↓↓↓
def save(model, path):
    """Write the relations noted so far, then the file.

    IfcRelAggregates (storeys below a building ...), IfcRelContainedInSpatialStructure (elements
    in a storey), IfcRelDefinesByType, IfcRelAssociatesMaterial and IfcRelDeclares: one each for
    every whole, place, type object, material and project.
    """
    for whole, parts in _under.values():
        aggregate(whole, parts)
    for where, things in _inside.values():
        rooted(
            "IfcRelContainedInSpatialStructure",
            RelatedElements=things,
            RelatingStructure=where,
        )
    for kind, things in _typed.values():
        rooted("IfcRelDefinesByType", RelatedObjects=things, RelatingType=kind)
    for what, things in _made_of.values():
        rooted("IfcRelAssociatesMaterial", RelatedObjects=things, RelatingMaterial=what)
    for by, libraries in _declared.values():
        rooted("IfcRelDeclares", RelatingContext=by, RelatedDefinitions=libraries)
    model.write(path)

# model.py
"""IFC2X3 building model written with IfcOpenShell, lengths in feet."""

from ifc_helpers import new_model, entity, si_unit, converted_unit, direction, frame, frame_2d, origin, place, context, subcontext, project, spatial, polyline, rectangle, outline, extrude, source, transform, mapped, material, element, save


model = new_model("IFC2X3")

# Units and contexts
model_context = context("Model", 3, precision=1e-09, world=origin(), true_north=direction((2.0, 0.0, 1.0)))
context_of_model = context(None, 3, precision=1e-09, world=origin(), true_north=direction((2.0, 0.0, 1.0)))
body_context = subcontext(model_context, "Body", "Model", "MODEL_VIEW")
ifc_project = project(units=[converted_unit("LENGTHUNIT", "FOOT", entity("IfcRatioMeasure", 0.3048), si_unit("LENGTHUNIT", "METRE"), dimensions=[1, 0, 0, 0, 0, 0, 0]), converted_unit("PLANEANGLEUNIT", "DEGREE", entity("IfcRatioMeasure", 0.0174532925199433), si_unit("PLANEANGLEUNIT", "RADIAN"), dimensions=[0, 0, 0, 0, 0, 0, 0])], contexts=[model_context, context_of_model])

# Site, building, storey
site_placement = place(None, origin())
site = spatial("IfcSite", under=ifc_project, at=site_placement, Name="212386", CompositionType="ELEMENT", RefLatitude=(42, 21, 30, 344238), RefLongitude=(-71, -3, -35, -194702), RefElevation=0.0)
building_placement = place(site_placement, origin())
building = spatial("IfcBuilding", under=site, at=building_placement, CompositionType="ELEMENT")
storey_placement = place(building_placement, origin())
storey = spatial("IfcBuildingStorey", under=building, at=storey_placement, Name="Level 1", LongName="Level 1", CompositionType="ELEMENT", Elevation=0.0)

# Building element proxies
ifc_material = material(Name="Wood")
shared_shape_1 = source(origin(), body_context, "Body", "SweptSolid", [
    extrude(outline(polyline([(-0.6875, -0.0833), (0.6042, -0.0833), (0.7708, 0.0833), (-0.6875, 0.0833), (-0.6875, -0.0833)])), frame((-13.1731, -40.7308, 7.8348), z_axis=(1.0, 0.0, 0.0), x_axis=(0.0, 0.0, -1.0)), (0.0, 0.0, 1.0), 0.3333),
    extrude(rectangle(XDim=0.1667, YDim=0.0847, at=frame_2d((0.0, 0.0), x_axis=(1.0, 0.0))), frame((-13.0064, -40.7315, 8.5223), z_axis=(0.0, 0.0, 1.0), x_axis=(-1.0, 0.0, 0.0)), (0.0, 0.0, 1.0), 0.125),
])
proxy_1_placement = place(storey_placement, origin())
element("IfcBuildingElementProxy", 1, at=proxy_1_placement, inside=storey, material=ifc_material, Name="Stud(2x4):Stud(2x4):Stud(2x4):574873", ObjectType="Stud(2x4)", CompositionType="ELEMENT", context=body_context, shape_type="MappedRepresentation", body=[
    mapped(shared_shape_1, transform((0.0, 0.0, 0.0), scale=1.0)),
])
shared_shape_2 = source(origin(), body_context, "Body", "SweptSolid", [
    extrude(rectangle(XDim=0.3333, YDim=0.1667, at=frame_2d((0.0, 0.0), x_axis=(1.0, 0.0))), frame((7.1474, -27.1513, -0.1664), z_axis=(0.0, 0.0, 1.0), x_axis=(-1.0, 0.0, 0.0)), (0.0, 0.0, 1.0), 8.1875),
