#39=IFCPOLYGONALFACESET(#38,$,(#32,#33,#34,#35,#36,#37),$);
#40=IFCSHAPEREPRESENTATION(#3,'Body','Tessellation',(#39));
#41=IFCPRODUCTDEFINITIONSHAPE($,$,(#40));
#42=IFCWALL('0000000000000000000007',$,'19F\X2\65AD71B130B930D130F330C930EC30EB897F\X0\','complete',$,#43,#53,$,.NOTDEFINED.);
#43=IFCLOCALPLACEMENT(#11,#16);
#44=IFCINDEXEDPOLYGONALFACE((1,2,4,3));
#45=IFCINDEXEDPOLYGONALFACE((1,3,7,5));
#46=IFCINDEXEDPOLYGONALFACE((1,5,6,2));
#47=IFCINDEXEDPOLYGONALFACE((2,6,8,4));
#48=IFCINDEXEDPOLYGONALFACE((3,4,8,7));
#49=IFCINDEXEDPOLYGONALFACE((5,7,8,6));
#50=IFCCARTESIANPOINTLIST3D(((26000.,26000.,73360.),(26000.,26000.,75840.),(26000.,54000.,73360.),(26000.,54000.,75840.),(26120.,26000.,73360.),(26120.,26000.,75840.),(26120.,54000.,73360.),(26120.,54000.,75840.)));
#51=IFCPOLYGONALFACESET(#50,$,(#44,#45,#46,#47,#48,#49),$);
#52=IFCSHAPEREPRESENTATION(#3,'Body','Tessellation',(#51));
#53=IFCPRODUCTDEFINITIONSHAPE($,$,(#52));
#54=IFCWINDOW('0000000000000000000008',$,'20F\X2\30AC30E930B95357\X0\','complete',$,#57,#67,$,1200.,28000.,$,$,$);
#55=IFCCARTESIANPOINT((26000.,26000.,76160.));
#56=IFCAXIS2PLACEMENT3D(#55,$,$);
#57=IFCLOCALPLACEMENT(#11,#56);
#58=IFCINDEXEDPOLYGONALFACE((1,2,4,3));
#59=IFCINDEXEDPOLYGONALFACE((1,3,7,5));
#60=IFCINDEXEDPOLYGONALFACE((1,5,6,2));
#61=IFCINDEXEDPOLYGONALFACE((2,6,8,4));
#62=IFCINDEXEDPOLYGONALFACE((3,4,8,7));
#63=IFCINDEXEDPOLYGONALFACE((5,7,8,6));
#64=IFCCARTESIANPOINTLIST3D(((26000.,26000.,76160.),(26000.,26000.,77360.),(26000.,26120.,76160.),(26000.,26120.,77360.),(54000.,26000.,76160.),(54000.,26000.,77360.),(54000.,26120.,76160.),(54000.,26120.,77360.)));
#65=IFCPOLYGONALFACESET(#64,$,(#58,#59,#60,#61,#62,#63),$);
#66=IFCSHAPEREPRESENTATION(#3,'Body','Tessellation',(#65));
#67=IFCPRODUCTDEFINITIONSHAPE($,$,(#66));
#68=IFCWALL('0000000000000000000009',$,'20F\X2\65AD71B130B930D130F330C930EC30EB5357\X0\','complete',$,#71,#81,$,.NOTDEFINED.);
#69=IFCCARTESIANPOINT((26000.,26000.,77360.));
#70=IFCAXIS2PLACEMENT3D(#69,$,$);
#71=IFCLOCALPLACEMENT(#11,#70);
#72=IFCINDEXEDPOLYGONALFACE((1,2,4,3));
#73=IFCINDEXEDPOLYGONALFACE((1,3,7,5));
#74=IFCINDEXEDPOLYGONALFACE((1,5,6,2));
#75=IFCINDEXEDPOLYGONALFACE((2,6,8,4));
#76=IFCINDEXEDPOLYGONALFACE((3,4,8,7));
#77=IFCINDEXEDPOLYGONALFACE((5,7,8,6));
↑↑↑
Assignment: The full listing is to be copied verbatim.

Answer to the exercise:
def save(model, path):
    """Write the relations noted so far, then the file.

    IfcRelAggregates (storeys below a building ...), IfcRelContainedInSpatialStructure (elements
    in a storey), IfcRelDefinesByType, IfcRelAssociatesMaterial and IfcRelDeclares: one each for
    every whole, place, type object, material and project.
    """
    for whole, parts in _under.values():
        aggregate(whole, parts)
    for where, things in _inside.values():
        rooted(
            "IfcRelContainedInSpatialStructure",
            RelatedElements=things,
            RelatingStructure=where,
        )
    for kind, things in _typed.values():
        rooted("IfcRelDefinesByType", RelatedObjects=things, RelatingType=kind)
    for what, things in _made_of.values():
        rooted("IfcRelAssociatesMaterial", RelatedObjects=things, RelatingMaterial=what)
    for by, libraries in _declared.values():
        rooted("IfcRelDeclares", RelatingContext=by, RelatedDefinitions=libraries)
    model.write(path)

# model.py
"""IFC2X3 building model written with IfcOpenShell, lengths in feet."""

from ifc_helpers import new_model, entity, si_unit, converted_unit, direction, frame, frame_2d, origin, place, context, subcontext, project, spatial, polyline, rectangle, outline, extrude, source, transform, mapped, material, element, save


model = new_model("IFC2X3")

# Units and contexts
model_context = context("Model", 3, precision=1e-09, world=origin(), true_north=direction((2.0, 0.0, 1.0)))
context_of_model = context(None, 3, precision=1e-09, world=origin(), true_north=direction((2.0, 0.0, 1.0)))
body_context = subcontext(model_context, "Body", "Model", "MODEL_VIEW")
ifc_project = project(units=[converted_unit("LENGTHUNIT", "FOOT", entity("IfcRatioMeasure", 0.3048), si_unit("LENGTHUNIT", "METRE"), dimensions=[1, 0, 0, 0, 0, 0, 0]), converted_unit("PLANEANGLEUNIT", "DEGREE", entity("IfcRatioMeasure", 0.0174532925199433), si_unit("PLANEANGLEUNIT", "RADIAN"), dimensions=[0, 0, 0, 0, 0, 0, 0])], contexts=[model_context, context_of_model])

# Site, building, storey
site_placement = place(None, origin())
site = spatial("IfcSite", under=ifc_project, at=site_placement, Name="212386", CompositionType="ELEMENT", RefLatitude=(42, 21, 30, 344238), RefLongitude=(-71, -3, -35, -194702), RefElevation=0.0)
building_placement = place(site_placement, origin())
building = spatial("IfcBuilding", under=site, at=building_placement, CompositionType="ELEMENT")
storey_placement = place(building_placement, origin())
storey = spatial("IfcBuildingStorey", under=building, at=storey_placement, Name="Level 1", LongName="Level 1", CompositionType="ELEMENT", Elevation=0.0)

# Building element proxies
ifc_material = material(Name="Wood")
shared_shape_1 = source(origin(), body_context, "Body", "SweptSolid", [
    extrude(outline(polyline([(-0.6875, -0.0833), (0.6042, -0.0833), (0.7708, 0.0833), (-0.6875, 0.0833), (-0.6875, -0.0833)])), frame((-13.1731, -40.7308, 7.8348), z_axis=(1.0, 0.0, 0.0), x_axis=(0.0, 0.0, -1.0)), (0.0, 0.0, 1.0), 0.3333),
    extrude(rectangle(XDim=0.1667, YDim=0.0847, at=frame_2d((0.0, 0.0), x_axis=(1.0, 0.0))), frame((-13.0064, -40.7315, 8.5223), z_axis=(0.0, 0.0, 1.0), x_axis=(-1.0, 0.0, 0.0)), (0.0, 0.0, 1.0), 0.125),
])
proxy_1_placement = place(storey_placement, origin())
element("IfcBuildingElementProxy", 1, at=proxy_1_placement, inside=storey, material=ifc_material, Name="Stud(2x4):Stud(2x4):Stud(2x4):574873", ObjectType="Stud(2x4)", CompositionType="ELEMENT", context=body_context, shape_type="MappedRepresentation", body=[
    mapped(shared_shape_1, transform((0.0, 0.0, 0.0), scale=1.0)),
])
shared_shape_2 = source(origin(), body_context, "Body", "SweptSolid", [
    extrude(rectangle(XDim=0.3333, YDim=0.1667, at=frame_2d((0.0, 0.0), x_axis=(1.0, 0.0))), frame((7.1474, -27.1513, -0.1664), z_axis=(0.0, 0.0, 1.0), x_axis=(-1.0, 0.0, 0.0)), (0.0, 0.0, 1.0), 8.1875),
#39=IFCPOLYGONALFACESET(#38,$,(#32,#33,#34,#35,#36,#37),$);
#40=IFCSHAPEREPRESENTATION(#3,'Body','Tessellation',(#39));
#41=IFCPRODUCTDEFINITIONSHAPE($,$,(#40));
#42=IFCWALL('0000000000000000000007',$,'19F\X2\65AD71B130B930D130F330C930EC30EB897F\X0\','complete',$,#43,#53,$,.NOTDEFINED.);
#43=IFCLOCALPLACEMENT(#11,#16);
#44=IFCINDEXEDPOLYGONALFACE((1,2,4,3));
#45=IFCINDEXEDPOLYGONALFACE((1,3,7,5));
#46=IFCINDEXEDPOLYGONALFACE((1,5,6,2));
#47=IFCINDEXEDPOLYGONALFACE((2,6,8,4));
#48=IFCINDEXEDPOLYGONALFACE((3,4,8,7));
#49=IFCINDEXEDPOLYGONALFACE((5,7,8,6));
#50=IFCCARTESIANPOINTLIST3D(((26000.,26000.,73360.),(26000.,26000.,75840.),(26000.,54000.,73360.),(26000.,54000.,75840.),(26120.,26000.,73360.),(26120.,26000.,75840.),(26120.,54000.,73360.),(26120.,54000.,75840.)));
#51=IFCPOLYGONALFACESET(#50,$,(#44,#45,#46,#47,#48,#49),$);
#52=IFCSHAPEREPRESENTATION(#3,'Body','Tessellation',(#51));
#53=IFCPRODUCTDEFINITIONSHAPE($,$,(#52));
#54=IFCWINDOW('0000000000000000000008',$,'20F\X2\30AC30E930B95357\X0\','complete',$,#57,#67,$,1200.,28000.,$,$,$);
#55=IFCCARTESIANPOINT((26000.,26000.,76160.));
#56=IFCAXIS2PLACEMENT3D(#55,$,$);
#57=IFCLOCALPLACEMENT(#11,#56);
#58=IFCINDEXEDPOLYGONALFACE((1,2,4,3));
#59=IFCINDEXEDPOLYGONALFACE((1,3,7,5));
#60=IFCINDEXEDPOLYGONALFACE((1,5,6,2));
#61=IFCINDEXEDPOLYGONALFACE((2,6,8,4));
#62=IFCINDEXEDPOLYGONALFACE((3,4,8,7));
#63=IFCINDEXEDPOLYGONALFACE((5,7,8,6));
#64=IFCCARTESIANPOINTLIST3D(((26000.,26000.,76160.),(26000.,26000.,77360.),(26000.,26120.,76160.),(26000.,26120.,77360.),(54000.,26000.,76160.),(54000.,26000.,77360.),(54000.,26120.,76160.),(54000.,26120.,77360.)));
#65=IFCPOLYGONALFACESET(#64,$,(#58,#59,#60,#61,#62,#63),$);
#66=IFCSHAPEREPRESENTATION(#3,'Body','Tessellation',(#65));
#67=IFCPRODUCTDEFINITIONSHAPE($,$,(#66));
#68=IFCWALL('0000000000000000000009',$,'20F\X2\65AD71B130B930D130F330C930EC30EB5357\X0\','complete',$,#71,#81,$,.NOTDEFINED.);
#69=IFCCARTESIANPOINT((26000.,26000.,77360.));
#70=IFCAXIS2PLACEMENT3D(#69,$,$);
#71=IFCLOCALPLACEMENT(#11,#70);
#72=IFCINDEXEDPOLYGONALFACE((1,2,4,3));
#73=IFCINDEXEDPOLYGONALFACE((1,3,7,5));
#74=IFCINDEXEDPOLYGONALFACE((1,5,6,2));
#75=IFCINDEXEDPOLYGONALFACE((2,6,8,4));
#76=IFCINDEXEDPOLYGONALFACE((3,4,8,7));
#77=IFCINDEXEDPOLYGONALFACE((5,7,8,6));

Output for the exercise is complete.